In other news, investment analysts estimate that Americans owe about $21.5 billion in past-due rent that will now come due because eviction moratoriums are expiring. Republicans wasted the entire summer left Washington without passing anything.
Meanwhile, housing experts say up to 40 million people could be evicted from their homes soon, a significant number of whom (up to 25 million) could lose their homes in just the next month. Republicans wasted the entire summer and left Washington without passing anything.
Finally, officials say the Trump regime has scant planning in the works for actually distributing a vaccine once one is finally ready.
Health officials and lawmakers say they worry that without thorough planning and coordination with states, the vaccine distribution could be saddled with the same sort of disruptions that led to chronic shortages of coronavirus diagnostic tests and other medical supplies. [...]
Some state public health officials, meanwhile, say their entreaties to the Trump administration have been unanswered.
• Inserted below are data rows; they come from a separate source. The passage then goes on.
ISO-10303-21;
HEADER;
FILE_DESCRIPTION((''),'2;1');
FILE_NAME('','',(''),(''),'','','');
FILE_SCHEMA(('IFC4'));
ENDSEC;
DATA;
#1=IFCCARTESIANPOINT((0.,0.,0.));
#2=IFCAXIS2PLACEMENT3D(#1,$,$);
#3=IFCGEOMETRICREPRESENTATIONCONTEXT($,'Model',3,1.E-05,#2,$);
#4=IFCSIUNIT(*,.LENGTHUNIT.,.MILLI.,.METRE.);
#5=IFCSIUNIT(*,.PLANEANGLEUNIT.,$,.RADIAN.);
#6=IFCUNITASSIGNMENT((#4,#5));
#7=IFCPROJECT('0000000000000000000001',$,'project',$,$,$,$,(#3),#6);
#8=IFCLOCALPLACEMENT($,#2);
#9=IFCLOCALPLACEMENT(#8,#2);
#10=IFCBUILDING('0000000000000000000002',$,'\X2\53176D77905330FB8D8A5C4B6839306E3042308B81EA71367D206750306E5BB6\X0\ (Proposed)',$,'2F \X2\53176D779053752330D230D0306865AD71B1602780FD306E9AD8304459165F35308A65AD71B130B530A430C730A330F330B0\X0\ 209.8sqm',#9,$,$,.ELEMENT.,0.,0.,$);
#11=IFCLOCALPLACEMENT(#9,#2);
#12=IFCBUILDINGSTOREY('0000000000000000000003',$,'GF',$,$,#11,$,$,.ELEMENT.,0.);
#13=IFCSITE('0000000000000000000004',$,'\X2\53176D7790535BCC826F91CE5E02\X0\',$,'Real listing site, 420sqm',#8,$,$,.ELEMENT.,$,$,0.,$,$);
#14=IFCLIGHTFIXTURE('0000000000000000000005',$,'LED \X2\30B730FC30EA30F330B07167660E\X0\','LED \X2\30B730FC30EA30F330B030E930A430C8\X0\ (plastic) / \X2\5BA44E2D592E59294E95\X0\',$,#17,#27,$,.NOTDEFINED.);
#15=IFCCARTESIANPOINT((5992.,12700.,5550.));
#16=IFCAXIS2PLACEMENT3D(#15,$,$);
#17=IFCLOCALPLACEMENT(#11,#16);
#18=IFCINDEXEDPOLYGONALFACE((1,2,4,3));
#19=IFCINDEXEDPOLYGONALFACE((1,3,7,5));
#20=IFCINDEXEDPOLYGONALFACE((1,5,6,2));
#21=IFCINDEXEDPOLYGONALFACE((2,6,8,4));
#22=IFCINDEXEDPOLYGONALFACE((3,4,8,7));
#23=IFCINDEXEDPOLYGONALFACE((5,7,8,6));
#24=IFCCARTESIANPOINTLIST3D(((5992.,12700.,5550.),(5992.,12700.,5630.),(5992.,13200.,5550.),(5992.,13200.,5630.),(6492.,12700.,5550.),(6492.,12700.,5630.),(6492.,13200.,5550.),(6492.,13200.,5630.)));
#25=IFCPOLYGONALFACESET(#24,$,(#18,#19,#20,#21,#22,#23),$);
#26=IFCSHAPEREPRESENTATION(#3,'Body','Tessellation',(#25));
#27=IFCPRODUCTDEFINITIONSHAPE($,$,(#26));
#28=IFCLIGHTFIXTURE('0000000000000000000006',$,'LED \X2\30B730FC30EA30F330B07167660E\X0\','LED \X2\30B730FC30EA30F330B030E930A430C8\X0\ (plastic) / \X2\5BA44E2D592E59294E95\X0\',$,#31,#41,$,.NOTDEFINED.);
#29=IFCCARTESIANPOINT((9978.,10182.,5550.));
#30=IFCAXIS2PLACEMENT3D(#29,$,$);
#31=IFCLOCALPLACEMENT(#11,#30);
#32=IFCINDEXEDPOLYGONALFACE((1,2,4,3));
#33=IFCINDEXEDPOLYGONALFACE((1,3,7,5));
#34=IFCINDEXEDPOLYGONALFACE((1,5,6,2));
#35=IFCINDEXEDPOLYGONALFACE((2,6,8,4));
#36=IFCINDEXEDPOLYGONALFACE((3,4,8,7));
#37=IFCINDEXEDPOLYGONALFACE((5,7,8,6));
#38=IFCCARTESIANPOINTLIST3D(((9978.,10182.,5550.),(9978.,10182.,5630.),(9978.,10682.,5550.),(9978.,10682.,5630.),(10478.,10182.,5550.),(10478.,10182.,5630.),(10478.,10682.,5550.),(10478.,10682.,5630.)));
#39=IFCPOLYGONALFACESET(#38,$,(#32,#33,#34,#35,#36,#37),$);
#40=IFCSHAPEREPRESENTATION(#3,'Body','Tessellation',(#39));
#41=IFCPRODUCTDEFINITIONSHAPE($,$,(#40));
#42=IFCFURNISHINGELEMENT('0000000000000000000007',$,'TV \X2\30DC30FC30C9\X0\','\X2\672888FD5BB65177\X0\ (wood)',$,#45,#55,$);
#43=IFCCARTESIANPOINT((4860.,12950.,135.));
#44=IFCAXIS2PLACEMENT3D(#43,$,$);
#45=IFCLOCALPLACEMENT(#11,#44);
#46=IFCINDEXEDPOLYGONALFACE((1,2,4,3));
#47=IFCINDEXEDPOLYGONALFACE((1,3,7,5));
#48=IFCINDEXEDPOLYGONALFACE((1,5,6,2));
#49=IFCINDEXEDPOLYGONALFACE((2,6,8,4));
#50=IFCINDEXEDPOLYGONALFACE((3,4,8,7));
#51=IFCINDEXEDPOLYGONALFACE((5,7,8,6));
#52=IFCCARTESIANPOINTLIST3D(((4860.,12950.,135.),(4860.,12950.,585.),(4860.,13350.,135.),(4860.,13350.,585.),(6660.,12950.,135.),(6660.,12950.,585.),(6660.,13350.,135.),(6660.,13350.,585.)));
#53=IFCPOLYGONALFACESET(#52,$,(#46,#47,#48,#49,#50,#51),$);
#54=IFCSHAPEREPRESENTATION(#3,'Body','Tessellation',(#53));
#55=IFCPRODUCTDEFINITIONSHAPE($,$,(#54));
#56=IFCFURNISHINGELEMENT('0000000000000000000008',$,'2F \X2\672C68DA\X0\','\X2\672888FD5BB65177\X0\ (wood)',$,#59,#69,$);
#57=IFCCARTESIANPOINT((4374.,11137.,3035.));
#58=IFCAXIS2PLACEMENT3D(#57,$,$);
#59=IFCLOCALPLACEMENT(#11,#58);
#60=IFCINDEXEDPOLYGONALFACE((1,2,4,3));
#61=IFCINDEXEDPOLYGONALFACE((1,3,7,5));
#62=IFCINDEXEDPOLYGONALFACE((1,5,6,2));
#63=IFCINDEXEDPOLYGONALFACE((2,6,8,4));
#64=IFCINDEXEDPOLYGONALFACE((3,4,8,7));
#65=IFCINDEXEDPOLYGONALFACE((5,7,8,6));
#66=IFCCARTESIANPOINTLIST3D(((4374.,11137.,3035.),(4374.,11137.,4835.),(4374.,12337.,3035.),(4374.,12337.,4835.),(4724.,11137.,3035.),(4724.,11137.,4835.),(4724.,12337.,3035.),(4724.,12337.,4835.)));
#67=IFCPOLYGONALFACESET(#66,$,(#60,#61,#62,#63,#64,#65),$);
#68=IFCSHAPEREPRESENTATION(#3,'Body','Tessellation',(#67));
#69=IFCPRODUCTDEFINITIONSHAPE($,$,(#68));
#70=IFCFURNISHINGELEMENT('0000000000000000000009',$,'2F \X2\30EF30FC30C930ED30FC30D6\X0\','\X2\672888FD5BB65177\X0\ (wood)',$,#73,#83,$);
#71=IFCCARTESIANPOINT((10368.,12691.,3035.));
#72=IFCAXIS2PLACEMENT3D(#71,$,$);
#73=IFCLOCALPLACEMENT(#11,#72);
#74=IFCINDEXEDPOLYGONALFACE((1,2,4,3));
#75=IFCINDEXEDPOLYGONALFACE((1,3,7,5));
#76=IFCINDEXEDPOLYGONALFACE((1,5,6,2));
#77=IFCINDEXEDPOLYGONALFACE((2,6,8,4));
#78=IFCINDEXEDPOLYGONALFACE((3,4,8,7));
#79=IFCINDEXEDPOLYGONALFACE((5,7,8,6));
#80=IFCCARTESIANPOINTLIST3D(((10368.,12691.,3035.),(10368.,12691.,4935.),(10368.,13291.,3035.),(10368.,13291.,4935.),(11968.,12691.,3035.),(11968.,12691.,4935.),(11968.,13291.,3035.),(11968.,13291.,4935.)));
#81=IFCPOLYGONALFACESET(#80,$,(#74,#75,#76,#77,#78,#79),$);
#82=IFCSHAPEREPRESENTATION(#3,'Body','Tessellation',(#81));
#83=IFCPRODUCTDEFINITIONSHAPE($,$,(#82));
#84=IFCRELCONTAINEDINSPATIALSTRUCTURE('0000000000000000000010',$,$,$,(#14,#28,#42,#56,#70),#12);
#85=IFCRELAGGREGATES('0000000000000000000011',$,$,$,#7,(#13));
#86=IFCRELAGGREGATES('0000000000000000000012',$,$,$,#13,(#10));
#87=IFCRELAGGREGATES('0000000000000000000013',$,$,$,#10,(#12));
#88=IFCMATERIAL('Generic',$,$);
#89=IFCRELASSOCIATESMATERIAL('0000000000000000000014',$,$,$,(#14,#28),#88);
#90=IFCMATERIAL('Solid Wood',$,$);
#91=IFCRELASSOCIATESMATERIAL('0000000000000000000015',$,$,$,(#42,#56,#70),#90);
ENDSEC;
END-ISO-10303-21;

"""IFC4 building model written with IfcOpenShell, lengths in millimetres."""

from ifc_helpers import new_model, si_unit, frame, frame_2d, origin, place, context, project, spatial, rectangle, extrude, material, element, save


model = new_model("IFC4")

# Units and contexts
model_context = context("Model", 3, precision=1e-05, world=origin())
ifc_project = project(units=[si_unit("LENGTHUNIT", "METRE", prefix="MILLI"), si_unit("PLANEANGLEUNIT", "RADIAN")], contexts=[model_context])

# Site, building, storey
site_placement = place(None, origin())
site = spatial("IfcSite", under=ifc_project, at=site_placement, Name="北海道富良野市", ObjectType="Real listing site, 420sqm", CompositionType="ELEMENT", RefElevation=0.0)
building_placement = place(site_placement, origin())
building = spatial("IfcBuilding", under=site, at=building_placement, Name="北海道・越屋根のある自然素材の家 (Proposed)", ObjectType="2F 北海道産ヒバと断熱性能の高い外張り断熱サイディング 209.8sqm", CompositionType="ELEMENT", ElevationOfRefHeight=0.0, ElevationOfTerrain=0.0)
storey_placement = place(building_placement, origin())
storey = spatial("IfcBuildingStorey", under=building, at=storey_placement, Name="GF", CompositionType="ELEMENT", Elevation=0.0)

# Shared definitions
ifc_material_1 = material(Name="Solid Wood")

# Shared definitions
ifc_material_2 = material(Name="Generic")

# Light fixtures
light_fixture_1_placement = place(storey_placement, frame((5992.0, 12700.0, 5550.0)))
element("IfcLightFixture", 1, at=light_fixture_1_placement, inside=storey, material=ifc_material_2, Name="LED シーリング照明", Description="LED シーリングライト (plastic) / 室中央天井", PredefinedType="NOTDEFINED", context=model_context, shape_type="SweptSolid", body=[
    extrude(rectangle(XDim=500.0, YDim=500.0, at=frame_2d((250.0, 250.0))), frame((5992.0, 12700.0, 5550.0)), (0.0, 0.0, 1.0), 80.0),
])
light_fixture_2_placement = place(storey_placement, frame((9978.0, 10182.0, 5550.0)))
element("IfcLightFixture", 2, at=light_fixture_2_placement, inside=storey, material=ifc_material_2, Name="LED シーリング照明", Description="LED シーリングライト (plastic) / 室中央天井", PredefinedType="NOTDEFINED", context=model_context, shape_type="SweptSolid", body=[
    extrude(rectangle(XDim=500.0, YDim=500.0, at=frame_2d((250.0, 250.0))), frame((9978.0, 10182.0, 5550.0)), (0.0, 0.0, 1.0), 80.0),
])

# Furnishing elements
furnishing_1_placement = place(storey_placement, frame((4860.0, 12950.0, 135.0)))
element("IfcFurnishingElement", 3, at=furnishing_1_placement, inside=storey, material=ifc_material_1, Name="TV ボード", Description="木製家具 (wood)", context=model_context, shape_type="SweptSolid", body=[
    extrude(rectangle(XDim=1800.0, YDim=400.0, at=frame_2d((900.0, 200.0))), frame((4860.0, 12950.0, 135.0)), (0.0, 0.0, 1.0), 450.0),
])
furnishing_2_placement = place(storey_placement, frame((4374.0, 11137.0, 3035.0)))
element("IfcFurnishingElement", 4, at=furnishing_2_placement, inside=storey, material=ifc_material_1, Name="2F 本棚", Description="木製家具 (wood)", context=model_context, shape_type="SweptSolid", body=[
    extrude(rectangle(XDim=350.0, YDim=1200.0, at=frame_2d((175.0, 600.0))), frame((4374.0, 11137.0, 3035.0)), (0.0, 0.0, 1.0), 1800.0),
])
furnishing_3_placement = place(storey_placement, frame((10368.0, 12691.0, 3035.0)))
element("IfcFurnishingElement", 5, at=furnishing_3_placement, inside=storey, material=ifc_material_1, Name="2F ワードローブ", Description="木製家具 (wood)", context=model_context, shape_type="SweptSolid", body=[
    extrude(rectangle(XDim=1600.0, YDim=600.0, at=frame_2d((800.0, 300.0))), frame((10368.0, 12691.0, 3035.0)), (0.0, 0.0, 1.0), 1900.0),
])

save(model, "model.ifc")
“We have not heard anything from the federal government since April 23,” Danielle Koenig, health promotion supervisor for the Washington State Department of Health, said in an email.
Immunization experts along with state and local public health officials sent a letter here to Operation Warp Speed on June 23 pleading for fresh guidance.
States need to know promptly if the federal government will pay for the vaccines, as it did during the H1N1 outbreak in 2009, the letter says. Will alcohol swabs, syringes and personal protective equipment be included? What about record-keeping and refrigeration to store the vaccine and who will deliver it?
So far, there’s been no official response, said Claire Hannan, executive director of the Association of Immunization Managers, one of four organizations that signed the letter.
If we don't replace Trump with Biden in November, I don't expect to personally receive a vaccine until 2022 if ever. I wish I were joking.
Like virtually every other girl over the age of 30, I've been in my feelings with Taylor Swift's Folklore album for the past week.
This specific song, in which Swift sings about a childhood friend with an abusive father, made me recall my own childhood friends with dysfunctional families. I was fortunate enough to grow up in a stable home (Thanks Dad if you're reading this), but most of my best friends didn't.
My best friend in high school lived with my family for half a year because his parents got divorced and both of them moved out of their house but left the kids at home alone to stay in the same school. One of my friends stayed with us for a month once because his step-father was caught abusing his sister. And my high school girlfriend lived with us for one summer because her father was unstable and she had to get a job where I lived to help her mother. I had several other friends who never lived with us, but did come from unstable homes.
Everyone has similar stories from their childhoods, of course, but I will say being transgender makes the rabbit hole go much deeper these days. I think I still would have had many of the same friends if I was born differently, but I can't say for sure. Thinking about these things -- all the possibilities and missed opportunities of living in the wrong body for most of your life -- used to be very difficult for me and was a major source of trauma in the last year, but it has gotten easier over time. Now I can even write about it. Coming out publicly and actually starting hormone replacement therapy allowed me to start healing and build something new.
Transition is mostly associated with physical changes, but the truth is the emotional changes that you can't see with your eyes are much bigger.
These have been my random thoughts. Have a good weekend!